The strongest practical takeaway:
If we want agents to discover something, it probably needs to be contextually relevant enough to justify extra inspection.
Or put another way:
Agents do not naturally explore. They complete the task they think they have been given.
Make it clear and obvious, or risk having it missed.
Further testing needed
This is not enough to make a grand claim about all agents or all AI chatbots. But I am increasingly confident that common AI chatbot referral traffic is unlikely to involve a full browser render of your content by default. They can, but that does not mean they usually do.

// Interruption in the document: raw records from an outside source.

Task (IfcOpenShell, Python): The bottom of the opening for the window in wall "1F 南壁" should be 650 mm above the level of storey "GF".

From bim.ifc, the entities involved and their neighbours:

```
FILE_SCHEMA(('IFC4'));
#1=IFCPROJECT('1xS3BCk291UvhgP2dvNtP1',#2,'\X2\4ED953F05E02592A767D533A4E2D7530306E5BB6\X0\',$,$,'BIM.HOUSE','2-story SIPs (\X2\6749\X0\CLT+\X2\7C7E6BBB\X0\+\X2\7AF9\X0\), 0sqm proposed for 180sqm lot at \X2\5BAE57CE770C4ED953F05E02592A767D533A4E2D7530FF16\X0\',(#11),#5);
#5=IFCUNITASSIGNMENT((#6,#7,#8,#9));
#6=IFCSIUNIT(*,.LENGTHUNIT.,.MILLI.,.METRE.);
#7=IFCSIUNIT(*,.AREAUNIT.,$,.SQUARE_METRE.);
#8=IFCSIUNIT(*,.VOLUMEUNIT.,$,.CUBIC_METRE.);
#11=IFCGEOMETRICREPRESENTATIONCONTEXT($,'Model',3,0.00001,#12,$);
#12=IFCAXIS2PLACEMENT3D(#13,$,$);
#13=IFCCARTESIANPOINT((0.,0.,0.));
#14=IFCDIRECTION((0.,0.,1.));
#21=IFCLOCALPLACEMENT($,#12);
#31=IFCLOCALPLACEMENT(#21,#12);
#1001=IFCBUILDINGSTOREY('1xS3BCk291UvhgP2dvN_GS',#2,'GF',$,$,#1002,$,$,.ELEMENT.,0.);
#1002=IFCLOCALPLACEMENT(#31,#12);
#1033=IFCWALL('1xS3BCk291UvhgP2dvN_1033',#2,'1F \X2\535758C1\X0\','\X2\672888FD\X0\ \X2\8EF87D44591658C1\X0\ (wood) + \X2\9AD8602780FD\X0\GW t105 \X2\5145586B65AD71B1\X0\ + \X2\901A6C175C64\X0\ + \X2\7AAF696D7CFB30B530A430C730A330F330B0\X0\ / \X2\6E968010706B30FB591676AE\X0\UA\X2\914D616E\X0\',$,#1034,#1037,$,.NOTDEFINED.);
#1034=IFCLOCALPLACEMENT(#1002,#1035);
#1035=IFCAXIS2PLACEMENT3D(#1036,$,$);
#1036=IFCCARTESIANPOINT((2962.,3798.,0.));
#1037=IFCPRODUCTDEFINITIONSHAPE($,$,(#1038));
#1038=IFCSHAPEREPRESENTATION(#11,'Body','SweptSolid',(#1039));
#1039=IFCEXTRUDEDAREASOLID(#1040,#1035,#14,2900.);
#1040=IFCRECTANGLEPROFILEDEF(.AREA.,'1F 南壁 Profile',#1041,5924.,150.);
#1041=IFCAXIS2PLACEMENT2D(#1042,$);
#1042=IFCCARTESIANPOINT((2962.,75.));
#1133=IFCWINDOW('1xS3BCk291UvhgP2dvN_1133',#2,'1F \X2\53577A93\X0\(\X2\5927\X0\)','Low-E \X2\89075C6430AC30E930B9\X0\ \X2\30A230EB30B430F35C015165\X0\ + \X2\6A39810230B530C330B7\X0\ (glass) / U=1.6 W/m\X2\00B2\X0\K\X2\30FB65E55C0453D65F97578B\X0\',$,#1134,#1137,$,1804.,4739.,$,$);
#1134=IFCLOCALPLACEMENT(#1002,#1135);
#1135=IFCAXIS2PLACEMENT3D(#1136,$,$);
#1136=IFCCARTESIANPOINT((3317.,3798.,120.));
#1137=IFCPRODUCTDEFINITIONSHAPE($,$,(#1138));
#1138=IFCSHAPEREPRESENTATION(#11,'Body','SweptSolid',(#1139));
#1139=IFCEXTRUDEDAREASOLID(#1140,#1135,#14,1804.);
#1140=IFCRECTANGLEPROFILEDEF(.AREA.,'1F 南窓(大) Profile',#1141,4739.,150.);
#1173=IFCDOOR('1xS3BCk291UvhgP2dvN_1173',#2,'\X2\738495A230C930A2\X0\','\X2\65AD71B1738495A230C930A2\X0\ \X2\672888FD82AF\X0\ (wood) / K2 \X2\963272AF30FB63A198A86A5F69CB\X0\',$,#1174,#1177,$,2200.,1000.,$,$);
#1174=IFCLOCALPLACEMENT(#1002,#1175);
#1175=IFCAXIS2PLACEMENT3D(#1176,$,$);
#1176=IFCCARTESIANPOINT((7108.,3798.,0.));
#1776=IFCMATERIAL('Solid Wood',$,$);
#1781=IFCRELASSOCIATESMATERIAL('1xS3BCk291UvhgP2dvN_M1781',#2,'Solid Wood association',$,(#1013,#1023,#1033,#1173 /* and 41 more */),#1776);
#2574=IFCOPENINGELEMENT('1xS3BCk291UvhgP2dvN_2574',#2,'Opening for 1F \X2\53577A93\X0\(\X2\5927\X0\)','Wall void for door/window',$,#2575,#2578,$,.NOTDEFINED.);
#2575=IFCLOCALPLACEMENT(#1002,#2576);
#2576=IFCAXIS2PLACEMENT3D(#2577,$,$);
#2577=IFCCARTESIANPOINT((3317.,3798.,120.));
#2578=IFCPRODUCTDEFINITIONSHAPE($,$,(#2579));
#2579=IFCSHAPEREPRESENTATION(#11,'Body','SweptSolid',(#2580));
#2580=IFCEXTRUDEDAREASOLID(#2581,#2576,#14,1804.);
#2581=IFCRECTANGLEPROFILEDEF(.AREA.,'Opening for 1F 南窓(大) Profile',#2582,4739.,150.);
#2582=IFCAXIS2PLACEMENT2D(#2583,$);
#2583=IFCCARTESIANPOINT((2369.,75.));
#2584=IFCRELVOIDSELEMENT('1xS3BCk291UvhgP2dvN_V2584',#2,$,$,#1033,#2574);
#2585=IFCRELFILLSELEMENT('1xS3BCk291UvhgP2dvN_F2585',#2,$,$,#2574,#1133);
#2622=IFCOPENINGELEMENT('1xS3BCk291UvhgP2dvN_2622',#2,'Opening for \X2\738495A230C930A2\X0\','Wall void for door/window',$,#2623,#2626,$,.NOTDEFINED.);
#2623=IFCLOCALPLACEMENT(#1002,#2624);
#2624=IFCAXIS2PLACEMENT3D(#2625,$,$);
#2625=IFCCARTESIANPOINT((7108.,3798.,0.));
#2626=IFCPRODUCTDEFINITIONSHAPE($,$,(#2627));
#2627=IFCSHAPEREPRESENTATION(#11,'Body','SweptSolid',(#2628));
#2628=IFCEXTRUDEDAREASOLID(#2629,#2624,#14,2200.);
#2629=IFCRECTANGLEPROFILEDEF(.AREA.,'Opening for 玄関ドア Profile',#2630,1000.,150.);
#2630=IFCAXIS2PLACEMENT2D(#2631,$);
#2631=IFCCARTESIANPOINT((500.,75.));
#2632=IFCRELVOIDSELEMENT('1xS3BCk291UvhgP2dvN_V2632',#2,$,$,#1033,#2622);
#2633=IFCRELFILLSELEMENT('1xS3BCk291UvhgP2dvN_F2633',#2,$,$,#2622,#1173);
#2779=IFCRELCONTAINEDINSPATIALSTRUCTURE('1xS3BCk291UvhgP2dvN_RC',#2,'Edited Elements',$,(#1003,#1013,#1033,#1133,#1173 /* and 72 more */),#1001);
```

```python
import numpy as np
import ifcopenshell
import ifcopenshell.api.geometry
import ifcopenshell.geom
import ifcopenshell.util.element
import ifcopenshell.util.placement
import ifcopenshell.util.shape
import ifcopenshell.util.unit

model = ifcopenshell.open("bim.ifc")
unit_scale = ifcopenshell.util.unit.calculate_unit_scale(model)

window = model.by_guid("1xS3BCk291UvhgP2dvN_1133")
opening = window.FillsVoids[0].RelatingOpeningElement
storey = ifcopenshell.util.element.get_container(window, ifc_class="IfcBuildingStorey")
level = ifcopenshell.util.placement.get_local_placement(storey.ObjectPlacement)[2, 3]

# The opening's origin need not be at the sill, so measure its lowest point.
shape = ifcopenshell.geom.create_shape(ifcopenshell.geom.settings(), opening)
bottom = ifcopenshell.util.shape.get_shape_bottom_elevation(shape, shape.geometry) / unit_scale
dz = level + 0.65 / unit_scale - bottom

shift = np.array([0.0, 0.0, dz])
# The window is not placed relative to its opening, so move both.
for product in (opening, window):
    matrix = ifcopenshell.util.placement.get_local_placement(product.ObjectPlacement)
    matrix[:3, 3] += shift
    ifcopenshell.api.geometry.edit_object_placement(model, product=product, matrix=matrix, is_si=False)

print(f"moved by {dz * unit_scale:+.3f} m")

model.write("bim_v2.ifc")
```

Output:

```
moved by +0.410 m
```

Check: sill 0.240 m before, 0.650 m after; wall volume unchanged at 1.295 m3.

The next tests need to compare:
the same prompt across multiple agents
the same agent across repeated runs
visible vs hidden content
normal page vs suspicious page
test site vs CMS platform
different page topics
different tiers/modes
whether explicit “agent/crawler” framing changes behaviour
The better question is not, “Are agents curious?” It is, “What makes an agent decide that deeper inspection is worth doing?”
Perhaps more importantly, “How much of this can we influence?”
Post-script: the test I didn’t tell you about
I did a series of tests before all these, v1, which is worth discussing now.
Test v1 also showed that several AI chatbots were able to identify the page as an attempted prompt-injection or agent-manipulation test.
I was trying to elicit link clicks from agents: links that appeared like they contained extra context, with unique identifiers that helped me “see” an agent had delved deeper to find this information. But it looked like a trap, and in enough instances, was treated like a trap.
In other words, the test may have been measuring the agents’ ability to recognise “this looks like a honeypot/prompt injection” as much as their willingness to explore hidden or unusual content.
That makes v1 useful as a baseline, but weaker as a natural test of agent curiosity.